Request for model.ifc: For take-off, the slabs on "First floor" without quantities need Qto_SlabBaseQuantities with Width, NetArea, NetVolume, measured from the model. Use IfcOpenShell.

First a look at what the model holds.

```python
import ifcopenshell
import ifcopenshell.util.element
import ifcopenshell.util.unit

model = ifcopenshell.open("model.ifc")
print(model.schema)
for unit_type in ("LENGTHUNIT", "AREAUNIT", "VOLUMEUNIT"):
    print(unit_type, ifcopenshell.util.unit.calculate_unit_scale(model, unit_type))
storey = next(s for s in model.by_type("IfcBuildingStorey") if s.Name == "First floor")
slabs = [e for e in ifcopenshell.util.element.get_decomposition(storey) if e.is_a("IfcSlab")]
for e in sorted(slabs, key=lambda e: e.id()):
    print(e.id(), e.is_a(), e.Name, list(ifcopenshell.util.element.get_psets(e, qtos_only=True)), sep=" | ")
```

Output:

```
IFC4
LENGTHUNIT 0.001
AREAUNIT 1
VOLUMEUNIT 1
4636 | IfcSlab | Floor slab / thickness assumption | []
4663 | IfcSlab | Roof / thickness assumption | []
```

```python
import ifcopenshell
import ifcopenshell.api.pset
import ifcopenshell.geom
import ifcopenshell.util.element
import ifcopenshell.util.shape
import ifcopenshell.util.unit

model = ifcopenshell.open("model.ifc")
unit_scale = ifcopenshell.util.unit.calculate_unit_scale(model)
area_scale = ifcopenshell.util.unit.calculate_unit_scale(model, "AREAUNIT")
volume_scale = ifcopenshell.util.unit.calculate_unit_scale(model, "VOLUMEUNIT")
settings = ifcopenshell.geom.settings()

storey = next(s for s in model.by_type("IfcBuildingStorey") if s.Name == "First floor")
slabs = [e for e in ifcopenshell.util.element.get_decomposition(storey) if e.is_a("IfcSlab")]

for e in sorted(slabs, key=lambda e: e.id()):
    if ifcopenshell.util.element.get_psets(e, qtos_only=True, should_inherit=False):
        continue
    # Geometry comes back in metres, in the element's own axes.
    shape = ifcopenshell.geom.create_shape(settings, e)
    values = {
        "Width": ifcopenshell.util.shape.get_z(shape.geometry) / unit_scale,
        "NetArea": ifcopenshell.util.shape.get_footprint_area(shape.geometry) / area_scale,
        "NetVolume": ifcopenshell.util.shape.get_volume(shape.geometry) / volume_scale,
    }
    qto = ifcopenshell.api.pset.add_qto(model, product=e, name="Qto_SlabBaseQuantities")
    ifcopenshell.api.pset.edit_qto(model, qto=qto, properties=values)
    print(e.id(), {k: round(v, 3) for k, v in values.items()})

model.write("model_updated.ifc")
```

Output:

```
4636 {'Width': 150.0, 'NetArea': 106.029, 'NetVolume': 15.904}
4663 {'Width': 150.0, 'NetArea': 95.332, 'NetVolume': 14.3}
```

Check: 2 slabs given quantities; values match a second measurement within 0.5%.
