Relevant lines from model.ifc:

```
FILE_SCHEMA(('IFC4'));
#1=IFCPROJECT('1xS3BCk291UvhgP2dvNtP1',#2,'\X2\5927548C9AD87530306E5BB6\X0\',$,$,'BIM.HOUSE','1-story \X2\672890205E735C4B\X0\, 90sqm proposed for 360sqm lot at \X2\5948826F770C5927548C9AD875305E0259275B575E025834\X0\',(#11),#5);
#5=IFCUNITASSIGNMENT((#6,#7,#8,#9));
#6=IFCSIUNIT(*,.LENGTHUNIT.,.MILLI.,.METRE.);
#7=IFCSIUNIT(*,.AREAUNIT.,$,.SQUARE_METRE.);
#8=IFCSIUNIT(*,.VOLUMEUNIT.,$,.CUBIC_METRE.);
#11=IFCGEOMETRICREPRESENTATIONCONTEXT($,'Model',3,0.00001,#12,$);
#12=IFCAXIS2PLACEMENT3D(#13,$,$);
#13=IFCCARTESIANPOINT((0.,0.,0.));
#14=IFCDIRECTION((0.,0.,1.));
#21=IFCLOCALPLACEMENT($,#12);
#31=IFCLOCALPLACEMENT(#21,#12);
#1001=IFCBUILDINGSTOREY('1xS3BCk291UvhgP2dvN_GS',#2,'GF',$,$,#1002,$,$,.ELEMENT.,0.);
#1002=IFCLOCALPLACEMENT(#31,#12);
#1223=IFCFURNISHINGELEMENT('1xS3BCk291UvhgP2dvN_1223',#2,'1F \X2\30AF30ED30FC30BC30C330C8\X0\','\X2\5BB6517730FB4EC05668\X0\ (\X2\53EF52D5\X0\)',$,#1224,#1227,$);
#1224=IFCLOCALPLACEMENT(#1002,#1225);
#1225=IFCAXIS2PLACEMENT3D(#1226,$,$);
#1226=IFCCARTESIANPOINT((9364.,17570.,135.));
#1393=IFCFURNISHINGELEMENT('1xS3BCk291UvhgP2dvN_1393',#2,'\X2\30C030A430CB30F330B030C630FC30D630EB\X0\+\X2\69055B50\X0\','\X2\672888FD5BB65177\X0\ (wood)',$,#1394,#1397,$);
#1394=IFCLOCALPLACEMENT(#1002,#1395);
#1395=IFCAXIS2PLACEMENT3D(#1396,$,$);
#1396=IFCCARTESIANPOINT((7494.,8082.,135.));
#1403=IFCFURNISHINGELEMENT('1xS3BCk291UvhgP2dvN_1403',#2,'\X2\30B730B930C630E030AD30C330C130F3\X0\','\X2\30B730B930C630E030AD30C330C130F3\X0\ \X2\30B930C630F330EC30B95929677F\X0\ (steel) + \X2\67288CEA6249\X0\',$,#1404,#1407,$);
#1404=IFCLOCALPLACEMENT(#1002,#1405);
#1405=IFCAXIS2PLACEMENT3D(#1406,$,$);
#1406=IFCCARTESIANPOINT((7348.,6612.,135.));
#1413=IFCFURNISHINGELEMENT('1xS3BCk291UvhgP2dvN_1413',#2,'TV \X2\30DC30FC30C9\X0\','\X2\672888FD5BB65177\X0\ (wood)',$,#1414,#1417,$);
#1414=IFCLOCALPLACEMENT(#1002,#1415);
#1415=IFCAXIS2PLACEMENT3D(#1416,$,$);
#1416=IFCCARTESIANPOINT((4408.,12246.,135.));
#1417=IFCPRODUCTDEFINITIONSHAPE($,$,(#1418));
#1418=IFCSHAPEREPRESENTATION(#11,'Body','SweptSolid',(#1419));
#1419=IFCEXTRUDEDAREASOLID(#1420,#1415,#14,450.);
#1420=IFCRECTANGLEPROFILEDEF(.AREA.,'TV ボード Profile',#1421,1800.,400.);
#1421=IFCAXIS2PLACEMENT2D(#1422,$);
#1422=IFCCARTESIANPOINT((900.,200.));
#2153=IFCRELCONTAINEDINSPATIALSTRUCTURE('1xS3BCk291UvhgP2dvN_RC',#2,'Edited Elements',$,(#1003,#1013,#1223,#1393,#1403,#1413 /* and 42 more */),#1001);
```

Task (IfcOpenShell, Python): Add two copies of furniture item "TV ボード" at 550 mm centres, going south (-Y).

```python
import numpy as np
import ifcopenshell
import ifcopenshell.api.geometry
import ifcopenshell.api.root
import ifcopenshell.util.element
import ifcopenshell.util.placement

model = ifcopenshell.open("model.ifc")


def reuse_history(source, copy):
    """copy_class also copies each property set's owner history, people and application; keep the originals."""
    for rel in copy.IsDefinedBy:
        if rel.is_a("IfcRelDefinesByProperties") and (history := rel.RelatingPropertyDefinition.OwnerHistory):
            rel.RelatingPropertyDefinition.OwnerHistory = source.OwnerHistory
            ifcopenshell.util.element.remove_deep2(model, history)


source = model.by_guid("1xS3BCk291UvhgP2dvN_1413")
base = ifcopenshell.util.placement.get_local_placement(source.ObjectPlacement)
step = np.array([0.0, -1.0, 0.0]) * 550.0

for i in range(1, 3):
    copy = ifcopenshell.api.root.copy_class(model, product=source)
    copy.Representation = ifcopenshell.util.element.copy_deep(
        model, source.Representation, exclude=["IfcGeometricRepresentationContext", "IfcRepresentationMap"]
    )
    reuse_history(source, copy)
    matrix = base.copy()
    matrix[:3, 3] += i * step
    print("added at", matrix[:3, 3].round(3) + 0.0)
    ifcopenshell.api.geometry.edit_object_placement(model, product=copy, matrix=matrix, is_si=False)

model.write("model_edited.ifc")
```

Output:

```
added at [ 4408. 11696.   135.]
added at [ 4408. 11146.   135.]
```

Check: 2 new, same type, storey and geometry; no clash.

PROBLEM
When a line of the data holds the string "thickness", pick it out and copy it.

WRITTEN RESPONSE
4636 | IfcSlab | Floor slab / thickness assumption | []
4663 | IfcSlab | Roof / thickness assumption | []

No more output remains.